Effective JavaScript String Encoding Item 7

Source: Internet
Author: User

this series as effective JavaScript 's reading notes.

filedUnicode, maybe a lot of programmers will find this thing cumbersome, but in essence,Unicodeis not complicated. Every word in every language in the world is represented by an integer value, and the range is0to the1114111, this value isUnicodeThe term is calledCode Point. On the mapping of characters to shaping values,Unicodeand other coding methods such asASCIIthere is no difference.

However, Unicode There are many ways to encode, and ASCII there is only one way:

Character

Encoding method

ascii

ascii Encoding, e.g.

Unicode

UTF-8, UTF-16, UTF-32, etc

So why Unicode How many encodings do you have? Because the time and space requirements for the operation are not the same in different situations.

and at the beginning of the design,Unicodeestimate all theCode Pointscan be2of the -the second party, i.e.65536to express. This is the way to encodeUCS-2, it is the original forUnicodeof the -bit encoding method. By this way, each of theCode Pointcan use a -is represented by the value of the bit, which is referred to asCode Unit. The advantage of this representation is that theUnicodethe index operation of a string can be done in constant time, because all characters are -bit, i.e.2bits of the expression.

because of the convenience of this coding method, some platforms such as Java , JavaScript have adopted it. As a result,each character of aJavaScript string is represented by 2 bits.

and asUnicodethe extension of the character set,65536has not satisfied the demand, at presentUnicodethe number of characters in the character set has exceeded2of the -The second party. As a result, the newly added parts are organized into -a2of the -Sub-range consisting of the second party. (* 2^16 = 1114112, so the currentUnicodeof theCode PointRange is0-1114111)

the first child range to accommodate the original UCS-2 in the character set, it is also known as Basic Multilingual Plane (BMP) . The remainder of the range is called supplementary Planes.

in order to represent more characters, UCS-2 's successor UTF-16 , is designed like this:

forCode Pointgreater than or equal65536the characters, by a pair of -bit ofCode Unitrepresentation. ForCode Pointless than65536character, or just need to1a -bit ofCode Unitrepresentation. Therefore,UTF-16is a variable-length coding method, so theCode PointdoIndexingThe operation is not a constant time. It usually needs to be searched backwards from the beginning of the string.
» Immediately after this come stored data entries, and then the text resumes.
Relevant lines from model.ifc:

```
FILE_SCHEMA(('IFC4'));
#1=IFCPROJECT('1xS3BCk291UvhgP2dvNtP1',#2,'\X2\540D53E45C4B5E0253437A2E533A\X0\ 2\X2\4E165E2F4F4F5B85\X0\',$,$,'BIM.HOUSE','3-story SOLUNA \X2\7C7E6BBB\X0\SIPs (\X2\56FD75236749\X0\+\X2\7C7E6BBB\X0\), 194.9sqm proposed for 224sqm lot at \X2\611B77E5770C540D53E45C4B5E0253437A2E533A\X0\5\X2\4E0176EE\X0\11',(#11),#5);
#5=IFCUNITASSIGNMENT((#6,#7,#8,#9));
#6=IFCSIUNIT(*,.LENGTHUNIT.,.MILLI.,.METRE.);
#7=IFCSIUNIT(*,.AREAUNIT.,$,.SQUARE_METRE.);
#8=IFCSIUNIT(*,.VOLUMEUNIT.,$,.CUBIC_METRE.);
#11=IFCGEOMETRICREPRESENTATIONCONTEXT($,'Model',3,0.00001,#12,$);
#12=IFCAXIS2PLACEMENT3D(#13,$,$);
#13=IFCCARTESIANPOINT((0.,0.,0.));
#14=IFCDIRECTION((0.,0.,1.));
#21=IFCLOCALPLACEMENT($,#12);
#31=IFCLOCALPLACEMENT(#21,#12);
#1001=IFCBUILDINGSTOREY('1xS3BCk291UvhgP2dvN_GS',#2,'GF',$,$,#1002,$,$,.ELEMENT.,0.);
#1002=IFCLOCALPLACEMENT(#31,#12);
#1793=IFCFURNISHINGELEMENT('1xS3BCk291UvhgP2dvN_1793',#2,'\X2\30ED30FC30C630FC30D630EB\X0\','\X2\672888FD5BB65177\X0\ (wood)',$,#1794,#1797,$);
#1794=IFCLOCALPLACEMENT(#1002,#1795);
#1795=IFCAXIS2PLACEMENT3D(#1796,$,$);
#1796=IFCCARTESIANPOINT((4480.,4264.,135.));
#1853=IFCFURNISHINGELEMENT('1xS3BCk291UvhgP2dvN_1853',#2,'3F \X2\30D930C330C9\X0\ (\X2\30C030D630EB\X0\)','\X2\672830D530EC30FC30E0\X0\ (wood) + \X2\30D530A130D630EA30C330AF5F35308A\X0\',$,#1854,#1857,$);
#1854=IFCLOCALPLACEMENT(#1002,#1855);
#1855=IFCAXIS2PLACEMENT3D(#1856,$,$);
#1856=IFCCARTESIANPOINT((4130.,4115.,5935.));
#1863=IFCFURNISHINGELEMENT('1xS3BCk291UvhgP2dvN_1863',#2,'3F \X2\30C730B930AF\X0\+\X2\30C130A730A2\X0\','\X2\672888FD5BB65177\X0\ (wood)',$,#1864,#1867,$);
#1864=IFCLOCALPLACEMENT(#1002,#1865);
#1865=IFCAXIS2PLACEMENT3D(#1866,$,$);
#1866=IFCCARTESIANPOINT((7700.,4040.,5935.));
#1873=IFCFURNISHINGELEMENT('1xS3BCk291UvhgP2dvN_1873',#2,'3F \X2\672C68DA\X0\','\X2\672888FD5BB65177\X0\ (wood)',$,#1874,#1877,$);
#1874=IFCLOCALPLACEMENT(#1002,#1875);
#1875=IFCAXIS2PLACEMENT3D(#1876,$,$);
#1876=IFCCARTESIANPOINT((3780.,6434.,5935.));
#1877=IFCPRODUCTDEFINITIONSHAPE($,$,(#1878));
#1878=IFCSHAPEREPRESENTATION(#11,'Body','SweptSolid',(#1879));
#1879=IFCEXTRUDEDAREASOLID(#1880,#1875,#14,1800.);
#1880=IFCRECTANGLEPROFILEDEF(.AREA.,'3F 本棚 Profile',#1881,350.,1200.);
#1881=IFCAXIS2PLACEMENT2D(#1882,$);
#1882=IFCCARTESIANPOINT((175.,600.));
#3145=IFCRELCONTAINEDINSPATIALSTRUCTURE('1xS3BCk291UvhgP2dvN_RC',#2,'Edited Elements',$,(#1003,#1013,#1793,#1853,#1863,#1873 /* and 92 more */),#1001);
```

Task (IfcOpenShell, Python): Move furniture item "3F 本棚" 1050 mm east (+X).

```python
import ifcopenshell
import ifcopenshell.api.geometry
import ifcopenshell.util.placement

model = ifcopenshell.open("model.ifc")

item = model.by_guid("1xS3BCk291UvhgP2dvN_1873")
matrix = ifcopenshell.util.placement.get_local_placement(item.ObjectPlacement)
matrix[0, 3] += 1050.0
ifcopenshell.api.geometry.edit_object_placement(model, product=item, matrix=matrix, is_si=False)

print(ifcopenshell.util.placement.get_local_placement(item.ObjectPlacement).round(3) + 0.0)

model.write("model_edited.ifc")
```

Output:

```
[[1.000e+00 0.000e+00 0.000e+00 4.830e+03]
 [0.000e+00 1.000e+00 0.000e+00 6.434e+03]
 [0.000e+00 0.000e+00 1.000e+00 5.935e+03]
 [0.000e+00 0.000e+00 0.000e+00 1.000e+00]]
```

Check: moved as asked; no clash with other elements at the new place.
forJavaScript, the string'slengthProperties,charAtas wellcharCodeAtmethods, all inCode Uniton the basis of work rather thanCode Point. Therefore, whenJavaScriptneed to be expressed forSupplementary Planein theCode Point, it will use twoCodeUnitto say, in short:

JavaScript string is by - bit of Code Unit composed of.

So, when you need to deal with BMP outside the Code Point can cause problems, because you can't rely on length Properties, charAt as well charCodeAt method. It is time to consider using some mature third-party libraries.

Summarize:

  1. Java Script 16 bit code Unit composition, Instead of unicode Code point the composition.
  2. 65536 code point javascript code Units surrogate Pair
  3. Surrogate Pair length charat charcodeat The way it works.
  4. processing Code Point more than 65535 string, consider using a third-party library and consult its documentation.


Contact Us

The content source of this page is from Internet, which doesn't represent Alibaba Cloud's opinion; products and services mentioned on that page don't have any relationship with Alibaba Cloud. If the content of the page makes you feel confusing, please write us an email, we will handle the problem within 5 days after receiving your email.

If you find any instances of plagiarism from the community, please send an email to: info-contact@alibabacloud.com and provide relevant evidence. A staff member will contact you within 5 working days.

A Free Trial That Lets You Build Big!

Start building with 50+ products and up to 12 months usage for Elastic Compute Service

  • Sales Support

    1 on 1 presale consultation

  • After-Sales Support

    24/7 Technical Support 6 Free Tickets per Quarter Faster Response

  • Alibaba Cloud offers highly flexible support services tailored to meet your exact needs.